The gimmick is that you can change which character is active at any time with the command “C” (although you get a limit of five changes per character) and various obstacles can only be resolved via a particular party member; most obviously by their skills, but the manual does say “Sometimes the right person saying a clue word is all that is needed” so I assume it’s not always a simple correspondence between specialty and puzzle. The manual also says the WIZARD is the most powerful character and may “try and cast a spell at any time, but if the situation did not warrant it, he may not be allowed to or it may cost you considerable strength.”

Regarding strength, you start with a pool of 100 shared amongst all the characters, and while I haven’t thwacked it down to 0 yet, I assume that means YOUR QUEST IS OVER.

The “5” to the next of each character indicates how many times left you can switch to that charcter.

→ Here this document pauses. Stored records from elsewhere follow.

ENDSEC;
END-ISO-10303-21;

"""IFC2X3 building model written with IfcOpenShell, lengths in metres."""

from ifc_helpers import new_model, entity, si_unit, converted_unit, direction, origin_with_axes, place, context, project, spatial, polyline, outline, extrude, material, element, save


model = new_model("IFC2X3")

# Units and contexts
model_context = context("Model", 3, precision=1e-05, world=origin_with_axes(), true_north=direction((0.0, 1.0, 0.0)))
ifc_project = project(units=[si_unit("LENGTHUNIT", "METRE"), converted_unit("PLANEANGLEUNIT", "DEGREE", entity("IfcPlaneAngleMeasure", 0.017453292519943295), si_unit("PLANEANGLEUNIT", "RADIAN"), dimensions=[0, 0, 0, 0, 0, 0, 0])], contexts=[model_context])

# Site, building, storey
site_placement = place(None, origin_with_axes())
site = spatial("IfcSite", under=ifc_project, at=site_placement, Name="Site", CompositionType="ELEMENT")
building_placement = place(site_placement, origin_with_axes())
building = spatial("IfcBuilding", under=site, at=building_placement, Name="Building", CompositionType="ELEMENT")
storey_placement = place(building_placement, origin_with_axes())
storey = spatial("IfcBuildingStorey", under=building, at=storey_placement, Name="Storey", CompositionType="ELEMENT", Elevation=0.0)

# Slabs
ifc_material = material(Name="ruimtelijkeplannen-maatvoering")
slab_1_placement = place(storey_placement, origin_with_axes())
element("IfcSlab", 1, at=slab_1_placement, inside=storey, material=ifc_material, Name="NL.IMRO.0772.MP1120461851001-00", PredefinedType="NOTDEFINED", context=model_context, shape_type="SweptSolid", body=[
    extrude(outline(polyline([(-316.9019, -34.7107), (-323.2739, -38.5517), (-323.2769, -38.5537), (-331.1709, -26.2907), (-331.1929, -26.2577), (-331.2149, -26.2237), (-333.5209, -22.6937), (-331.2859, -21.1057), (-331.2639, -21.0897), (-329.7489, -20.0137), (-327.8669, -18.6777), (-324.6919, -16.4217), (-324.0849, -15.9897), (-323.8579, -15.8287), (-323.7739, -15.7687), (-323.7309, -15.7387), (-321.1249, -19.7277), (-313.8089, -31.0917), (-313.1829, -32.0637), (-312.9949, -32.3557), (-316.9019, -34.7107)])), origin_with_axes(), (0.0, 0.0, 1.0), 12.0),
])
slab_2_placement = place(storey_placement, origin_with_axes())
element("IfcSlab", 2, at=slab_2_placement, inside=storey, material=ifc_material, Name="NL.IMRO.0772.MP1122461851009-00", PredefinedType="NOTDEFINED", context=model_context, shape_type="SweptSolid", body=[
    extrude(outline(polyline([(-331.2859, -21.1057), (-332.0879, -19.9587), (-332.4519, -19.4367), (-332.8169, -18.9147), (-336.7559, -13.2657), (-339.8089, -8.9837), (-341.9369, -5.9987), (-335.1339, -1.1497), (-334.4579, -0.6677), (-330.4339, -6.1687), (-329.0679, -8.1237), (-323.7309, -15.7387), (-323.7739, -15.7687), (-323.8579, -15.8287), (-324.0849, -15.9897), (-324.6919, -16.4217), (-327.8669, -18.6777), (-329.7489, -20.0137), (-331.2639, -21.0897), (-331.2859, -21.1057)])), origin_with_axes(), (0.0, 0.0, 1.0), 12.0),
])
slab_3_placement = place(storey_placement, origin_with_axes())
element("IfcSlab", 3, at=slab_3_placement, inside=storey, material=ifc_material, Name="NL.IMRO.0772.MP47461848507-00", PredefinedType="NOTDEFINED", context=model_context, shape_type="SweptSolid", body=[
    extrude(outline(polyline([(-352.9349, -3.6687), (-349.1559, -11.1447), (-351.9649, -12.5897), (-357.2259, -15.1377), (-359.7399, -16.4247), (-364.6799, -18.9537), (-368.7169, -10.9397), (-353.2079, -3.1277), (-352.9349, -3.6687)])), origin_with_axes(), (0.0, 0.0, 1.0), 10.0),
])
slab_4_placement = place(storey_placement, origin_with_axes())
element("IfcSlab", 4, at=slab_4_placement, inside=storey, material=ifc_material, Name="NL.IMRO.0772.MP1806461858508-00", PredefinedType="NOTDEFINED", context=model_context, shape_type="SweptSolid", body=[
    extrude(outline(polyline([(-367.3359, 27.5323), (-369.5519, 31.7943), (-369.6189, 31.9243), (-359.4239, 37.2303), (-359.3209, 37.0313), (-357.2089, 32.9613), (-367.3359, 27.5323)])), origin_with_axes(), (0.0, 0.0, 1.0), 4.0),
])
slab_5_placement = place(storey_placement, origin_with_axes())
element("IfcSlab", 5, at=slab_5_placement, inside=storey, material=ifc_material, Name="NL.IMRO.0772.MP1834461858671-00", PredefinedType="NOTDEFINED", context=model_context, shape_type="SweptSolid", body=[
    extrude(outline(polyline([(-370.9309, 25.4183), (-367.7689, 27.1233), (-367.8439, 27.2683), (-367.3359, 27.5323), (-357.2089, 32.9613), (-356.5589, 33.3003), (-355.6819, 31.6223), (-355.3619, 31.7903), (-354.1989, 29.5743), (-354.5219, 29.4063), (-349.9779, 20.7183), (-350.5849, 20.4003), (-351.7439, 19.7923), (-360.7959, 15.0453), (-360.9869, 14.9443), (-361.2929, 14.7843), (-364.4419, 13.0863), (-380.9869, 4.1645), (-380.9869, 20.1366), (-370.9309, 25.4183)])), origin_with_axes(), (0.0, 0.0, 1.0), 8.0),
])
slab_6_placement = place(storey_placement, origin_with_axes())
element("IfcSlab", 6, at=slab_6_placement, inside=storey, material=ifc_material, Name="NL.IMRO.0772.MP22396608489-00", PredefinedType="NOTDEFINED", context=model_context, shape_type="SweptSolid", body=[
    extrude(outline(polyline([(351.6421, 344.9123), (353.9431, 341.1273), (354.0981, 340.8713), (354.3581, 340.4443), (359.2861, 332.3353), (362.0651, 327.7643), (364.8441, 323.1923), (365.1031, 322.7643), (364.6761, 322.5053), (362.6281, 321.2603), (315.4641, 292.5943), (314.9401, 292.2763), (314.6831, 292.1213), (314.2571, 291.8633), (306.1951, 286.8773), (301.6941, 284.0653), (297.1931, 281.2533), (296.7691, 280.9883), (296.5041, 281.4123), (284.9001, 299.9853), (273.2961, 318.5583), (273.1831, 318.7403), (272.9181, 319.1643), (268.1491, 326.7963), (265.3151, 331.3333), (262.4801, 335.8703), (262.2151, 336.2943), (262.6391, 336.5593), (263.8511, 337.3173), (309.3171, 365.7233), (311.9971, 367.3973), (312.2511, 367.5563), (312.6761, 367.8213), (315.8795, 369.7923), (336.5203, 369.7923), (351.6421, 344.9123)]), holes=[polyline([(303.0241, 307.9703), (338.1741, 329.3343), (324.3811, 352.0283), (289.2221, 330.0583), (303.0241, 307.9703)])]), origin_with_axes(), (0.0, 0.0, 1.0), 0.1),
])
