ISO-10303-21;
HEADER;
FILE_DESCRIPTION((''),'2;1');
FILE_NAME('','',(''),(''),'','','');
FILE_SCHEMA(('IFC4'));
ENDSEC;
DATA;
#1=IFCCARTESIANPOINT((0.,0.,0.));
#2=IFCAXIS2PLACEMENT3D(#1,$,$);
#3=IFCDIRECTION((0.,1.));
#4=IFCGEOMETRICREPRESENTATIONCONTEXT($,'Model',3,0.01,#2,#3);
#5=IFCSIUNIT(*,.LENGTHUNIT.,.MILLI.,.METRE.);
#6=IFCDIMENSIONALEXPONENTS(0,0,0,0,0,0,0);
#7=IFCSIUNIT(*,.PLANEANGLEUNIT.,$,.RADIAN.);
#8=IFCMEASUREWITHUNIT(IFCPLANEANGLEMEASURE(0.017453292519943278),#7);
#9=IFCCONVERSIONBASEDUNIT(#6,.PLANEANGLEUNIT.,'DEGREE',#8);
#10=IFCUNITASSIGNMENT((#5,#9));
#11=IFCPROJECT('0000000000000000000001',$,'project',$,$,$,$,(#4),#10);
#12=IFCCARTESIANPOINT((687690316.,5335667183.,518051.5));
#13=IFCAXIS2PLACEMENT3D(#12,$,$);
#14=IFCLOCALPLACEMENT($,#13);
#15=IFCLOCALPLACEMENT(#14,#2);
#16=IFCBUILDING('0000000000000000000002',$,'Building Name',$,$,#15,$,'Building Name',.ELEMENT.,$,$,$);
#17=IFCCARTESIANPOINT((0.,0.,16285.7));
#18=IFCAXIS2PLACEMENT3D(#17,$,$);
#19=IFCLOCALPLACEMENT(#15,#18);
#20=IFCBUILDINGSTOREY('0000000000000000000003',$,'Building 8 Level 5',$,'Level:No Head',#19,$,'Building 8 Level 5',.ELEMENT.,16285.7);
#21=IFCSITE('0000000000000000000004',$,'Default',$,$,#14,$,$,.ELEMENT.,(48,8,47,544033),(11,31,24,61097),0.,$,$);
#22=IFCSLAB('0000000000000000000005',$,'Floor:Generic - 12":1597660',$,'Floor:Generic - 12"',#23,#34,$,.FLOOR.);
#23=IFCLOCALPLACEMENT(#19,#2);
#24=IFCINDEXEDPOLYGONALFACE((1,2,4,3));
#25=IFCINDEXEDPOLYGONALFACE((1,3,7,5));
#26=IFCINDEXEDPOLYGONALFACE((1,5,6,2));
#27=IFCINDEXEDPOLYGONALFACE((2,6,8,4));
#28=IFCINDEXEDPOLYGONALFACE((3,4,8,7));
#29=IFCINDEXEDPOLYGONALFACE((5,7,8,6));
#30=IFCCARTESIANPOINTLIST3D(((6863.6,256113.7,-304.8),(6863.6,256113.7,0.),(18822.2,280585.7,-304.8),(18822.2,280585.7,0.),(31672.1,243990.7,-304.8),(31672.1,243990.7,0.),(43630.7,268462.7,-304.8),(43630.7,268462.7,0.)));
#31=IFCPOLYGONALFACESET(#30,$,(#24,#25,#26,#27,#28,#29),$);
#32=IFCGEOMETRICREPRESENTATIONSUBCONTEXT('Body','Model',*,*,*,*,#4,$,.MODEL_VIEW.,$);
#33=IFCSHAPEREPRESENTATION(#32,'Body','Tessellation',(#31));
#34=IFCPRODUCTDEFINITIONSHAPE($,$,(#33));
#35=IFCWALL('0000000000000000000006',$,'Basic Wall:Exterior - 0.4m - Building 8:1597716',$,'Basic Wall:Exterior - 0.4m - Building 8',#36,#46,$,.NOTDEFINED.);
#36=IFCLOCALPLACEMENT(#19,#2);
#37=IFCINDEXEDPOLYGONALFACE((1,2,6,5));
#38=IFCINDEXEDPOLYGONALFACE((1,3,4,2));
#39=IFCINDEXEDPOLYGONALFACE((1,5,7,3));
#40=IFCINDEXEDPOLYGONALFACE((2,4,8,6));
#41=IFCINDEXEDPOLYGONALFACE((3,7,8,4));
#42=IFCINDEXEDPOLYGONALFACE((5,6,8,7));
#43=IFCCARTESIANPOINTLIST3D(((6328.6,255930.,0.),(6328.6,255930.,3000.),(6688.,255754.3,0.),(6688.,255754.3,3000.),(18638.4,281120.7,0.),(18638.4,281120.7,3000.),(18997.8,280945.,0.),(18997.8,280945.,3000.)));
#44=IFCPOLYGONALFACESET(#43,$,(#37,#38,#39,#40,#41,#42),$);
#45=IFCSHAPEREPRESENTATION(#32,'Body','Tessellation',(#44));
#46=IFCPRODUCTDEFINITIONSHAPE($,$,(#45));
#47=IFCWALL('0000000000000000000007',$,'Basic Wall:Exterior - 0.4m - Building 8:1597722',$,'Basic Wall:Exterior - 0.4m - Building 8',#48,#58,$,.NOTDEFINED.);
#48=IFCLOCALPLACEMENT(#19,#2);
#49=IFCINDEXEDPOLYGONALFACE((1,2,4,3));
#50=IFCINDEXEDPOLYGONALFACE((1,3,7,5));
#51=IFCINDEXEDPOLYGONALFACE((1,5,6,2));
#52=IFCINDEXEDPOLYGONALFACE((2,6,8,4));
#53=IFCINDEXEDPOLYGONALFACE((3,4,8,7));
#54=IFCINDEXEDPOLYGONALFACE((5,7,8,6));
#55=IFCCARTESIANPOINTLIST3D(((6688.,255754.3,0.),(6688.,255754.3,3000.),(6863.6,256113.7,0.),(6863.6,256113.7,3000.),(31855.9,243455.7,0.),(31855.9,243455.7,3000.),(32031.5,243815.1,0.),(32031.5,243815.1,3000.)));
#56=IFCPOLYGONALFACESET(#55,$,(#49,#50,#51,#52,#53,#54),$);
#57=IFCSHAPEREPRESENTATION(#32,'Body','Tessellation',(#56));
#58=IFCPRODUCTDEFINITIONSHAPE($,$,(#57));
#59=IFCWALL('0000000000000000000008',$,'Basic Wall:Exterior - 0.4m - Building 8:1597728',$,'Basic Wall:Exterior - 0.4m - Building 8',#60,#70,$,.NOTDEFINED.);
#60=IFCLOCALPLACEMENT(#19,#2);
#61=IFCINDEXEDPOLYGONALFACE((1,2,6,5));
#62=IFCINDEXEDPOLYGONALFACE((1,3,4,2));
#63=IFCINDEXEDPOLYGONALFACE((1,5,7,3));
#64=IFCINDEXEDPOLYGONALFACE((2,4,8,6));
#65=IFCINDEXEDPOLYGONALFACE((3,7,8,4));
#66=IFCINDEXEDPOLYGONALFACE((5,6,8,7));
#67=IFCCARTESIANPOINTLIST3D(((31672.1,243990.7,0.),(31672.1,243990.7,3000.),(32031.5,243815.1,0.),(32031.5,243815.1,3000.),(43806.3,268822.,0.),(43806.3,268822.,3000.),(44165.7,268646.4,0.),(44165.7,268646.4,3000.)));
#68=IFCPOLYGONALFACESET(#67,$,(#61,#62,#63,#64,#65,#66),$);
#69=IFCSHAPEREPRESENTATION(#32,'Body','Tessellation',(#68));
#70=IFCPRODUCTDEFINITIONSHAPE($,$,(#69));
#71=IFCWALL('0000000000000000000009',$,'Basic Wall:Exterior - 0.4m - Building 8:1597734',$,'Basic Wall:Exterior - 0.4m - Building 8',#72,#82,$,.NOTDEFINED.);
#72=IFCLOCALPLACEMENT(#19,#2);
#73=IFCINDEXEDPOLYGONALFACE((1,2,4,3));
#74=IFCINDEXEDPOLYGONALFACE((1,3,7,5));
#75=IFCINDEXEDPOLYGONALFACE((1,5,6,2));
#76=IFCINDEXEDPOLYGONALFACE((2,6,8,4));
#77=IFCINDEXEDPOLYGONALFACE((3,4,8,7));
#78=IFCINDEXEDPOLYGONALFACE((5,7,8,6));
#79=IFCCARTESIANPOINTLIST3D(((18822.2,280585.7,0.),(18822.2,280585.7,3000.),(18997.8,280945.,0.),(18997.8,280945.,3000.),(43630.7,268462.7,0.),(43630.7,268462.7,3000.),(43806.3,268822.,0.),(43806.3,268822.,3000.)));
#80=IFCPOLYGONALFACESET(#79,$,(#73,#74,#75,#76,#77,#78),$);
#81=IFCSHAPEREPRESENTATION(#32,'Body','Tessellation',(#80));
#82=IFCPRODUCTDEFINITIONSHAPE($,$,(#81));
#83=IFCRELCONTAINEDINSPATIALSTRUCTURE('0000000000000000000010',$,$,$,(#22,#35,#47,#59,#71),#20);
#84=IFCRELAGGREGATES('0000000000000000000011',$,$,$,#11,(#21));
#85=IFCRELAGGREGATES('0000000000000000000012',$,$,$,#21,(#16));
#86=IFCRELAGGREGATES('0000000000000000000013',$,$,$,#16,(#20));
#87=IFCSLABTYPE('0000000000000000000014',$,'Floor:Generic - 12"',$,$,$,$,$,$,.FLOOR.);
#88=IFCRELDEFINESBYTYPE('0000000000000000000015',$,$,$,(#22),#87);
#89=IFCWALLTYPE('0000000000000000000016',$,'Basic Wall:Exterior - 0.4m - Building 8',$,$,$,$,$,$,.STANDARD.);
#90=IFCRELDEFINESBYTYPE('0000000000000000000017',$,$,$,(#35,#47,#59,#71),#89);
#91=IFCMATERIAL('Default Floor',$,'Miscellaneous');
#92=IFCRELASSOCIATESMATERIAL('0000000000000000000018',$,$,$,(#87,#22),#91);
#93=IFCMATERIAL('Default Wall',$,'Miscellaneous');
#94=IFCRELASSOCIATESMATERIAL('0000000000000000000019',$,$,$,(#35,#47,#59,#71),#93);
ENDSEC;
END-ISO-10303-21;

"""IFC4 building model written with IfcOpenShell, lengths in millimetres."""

from ifc_helpers import new_model, entity, si_unit, converted_unit, direction, frame, origin, place, context, subcontext, project, spatial, indexed_curve, outline, extrude, material, type_object, element, save


model = new_model("IFC4")

# Units and contexts
model_context = context("Model", 3, precision=0.01, world=origin(), true_north=direction((0.0, 1.0)))
body_context = subcontext(model_context, "Body", "Model", "MODEL_VIEW")
ifc_project = project(units=[si_unit("LENGTHUNIT", "METRE", prefix="MILLI"), converted_unit("PLANEANGLEUNIT", "DEGREE", entity("IfcPlaneAngleMeasure", 0.017453292519943278), si_unit("PLANEANGLEUNIT", "RADIAN"), dimensions=[0, 0, 0, 0, 0, 0, 0])], contexts=[model_context])

# Site, building, storey
site_placement = place(None, frame((687690316.0, 5335667183.0, 518051.5)))
site = spatial("IfcSite", under=ifc_project, at=site_placement, Name="Default", CompositionType="ELEMENT", RefLatitude=(48, 8, 47, 544033), RefLongitude=(11, 31, 24, 61097), RefElevation=0.0)
building_placement = place(site_placement, origin())
building = spatial("IfcBuilding", under=site, at=building_placement, Name="Building Name", LongName="Building Name", CompositionType="ELEMENT")
storey_placement = place(building_placement, frame((0.0, 0.0, 16285.7)))
storey = spatial("IfcBuildingStorey", under=building, at=storey_placement, Name="Building 8 Level 5", ObjectType="Level:No Head", LongName="Building 8 Level 5", CompositionType="ELEMENT", Elevation=16285.7)

# Slab
ifc_material_1 = material(Name="Default Floor", Category="Miscellaneous")
slab_type = type_object("IfcSlabType", Name="Floor:Generic - 12\"", PredefinedType="FLOOR", material=ifc_material_1)
slab_placement = place(storey_placement, origin())
element("IfcSlab", 1, at=slab_placement, inside=storey, type_object=slab_type, material=ifc_material_1, Name="Floor:Generic - 12\":1597660", ObjectType="Floor:Generic - 12\"", PredefinedType="FLOOR", context=body_context, shape_type="SweptSolid", body=[
    extrude(outline(indexed_curve([(-13806.1, -13618.8), (13806.1, -13618.8), (13806.1, 13618.8), (-13806.1, 13618.8), (-13806.1, -13618.8)], self_intersect=False)), frame((25247.1, 262288.2, 0.0), z_axis=(0.0, 0.0, -1.0), x_axis=(0.898464, -0.439046, 0.0)), (0.0, 0.0, 1.0), 304.8),
])

# Walls
ifc_material_2 = material(Name="Default Wall", Category="Miscellaneous")
wall_type = type_object("IfcWallType", Name="Basic Wall:Exterior - 0.4m - Building 8", PredefinedType="STANDARD")
wall_1_placement = place(storey_placement, frame((18818.1, 281032.9, 0.0), z_axis=(0.0, 0.0, 1.0), x_axis=(-0.439046, -0.898464, 0.0)))
element("IfcWall", 2, at=wall_1_placement, inside=storey, type_object=wall_type, material=ifc_material_2, Name="Basic Wall:Exterior - 0.4m - Building 8:1597716", ObjectType="Basic Wall:Exterior - 0.4m - Building 8", PredefinedType="NOTDEFINED", context=body_context, shape_type="SweptSolid", body=[
    extrude(outline(indexed_curve([(28037.5, 200.0), (0.0, 200.0), (0.0, -200.0), (28037.5, -200.0), (28037.5, 200.0)], self_intersect=False)), origin(), (0.0, 0.0, 1.0), 3000.0),
])
wall_2_placement = place(storey_placement, frame((6775.8, 255934.0, 0.0), z_axis=(0.0, 0.0, 1.0), x_axis=(0.898464, -0.439046, 0.0)))
element("IfcWall", 3, at=wall_2_placement, inside=storey, type_object=wall_type, material=ifc_material_2, Name="Basic Wall:Exterior - 0.4m - Building 8:1597722", ObjectType="Basic Wall:Exterior - 0.4m - Building 8", PredefinedType="NOTDEFINED", context=body_context, shape_type="SweptSolid", body=[
    extrude(outline(indexed_curve([(28012.1, 200.0), (0.0, 200.0), (0.0, -200.0), (28012.1, -200.0), (28012.1, 200.0)], self_intersect=False)), origin(), (0.0, 0.0, 1.0), 3000.0),
])
wall_3_placement = place(storey_placement, frame((31851.8, 243902.9, 0.0), z_axis=(0.0, 0.0, 1.0), x_axis=(0.439046, 0.898464, 0.0)))
element("IfcWall", 4, at=wall_3_placement, inside=storey, type_object=wall_type, material=ifc_material_2, Name="Basic Wall:Exterior - 0.4m - Building 8:1597728", ObjectType="Basic Wall:Exterior - 0.4m - Building 8", PredefinedType="NOTDEFINED", context=body_context, shape_type="SweptSolid", body=[
    extrude(outline(indexed_curve([(27637.5, 200.0), (0.0, 200.0), (0.0, -200.0), (27637.5, -200.0), (27637.5, 200.0)], self_intersect=False)), origin(), (0.0, 0.0, 1.0), 3000.0),
])
wall_4_placement = place(storey_placement, frame((43718.5, 268642.3, 0.0), z_axis=(0.0, 0.0, 1.0), x_axis=(-0.898464, 0.439046, 0.0)))
element("IfcWall", 5, at=wall_4_placement, inside=storey, type_object=wall_type, material=ifc_material_2, Name="Basic Wall:Exterior - 0.4m - Building 8:1597734", ObjectType="Basic Wall:Exterior - 0.4m - Building 8", PredefinedType="NOTDEFINED", context=body_context, shape_type="SweptSolid", body=[
    extrude(outline(indexed_curve([(27612.1, 200.0), (0.0, 200.0), (0.0, -200.0), (27612.1, -200.0), (27612.1, 200.0)], self_intersect=False)), origin(), (0.0, 0.0, 1.0), 3000.0),
])

save(model, "model.ifc")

I’m ok with a shared strength pool, but I don’t see any plausible in-universe explanation for the restriction to how often each character is used; I think the authors might have feared a “lawnmower” approach to puzzle solving but it still strikes me as clunky.

The first puzzle is a good illustration of the party system:

The door is locked, but you can either

a.) UNLOCK DOOR with the Thief, which uses 2 strength points
or
b.) CAST with the Wizard, which uses 12 strength points

BREAK with the Strongman seems plausible but it doesn’t work.

I think the downside of all this flexibility is that there might not be much object interaction outside of the skills, but I’ve only played for a short while so I don’t know yet. Onward!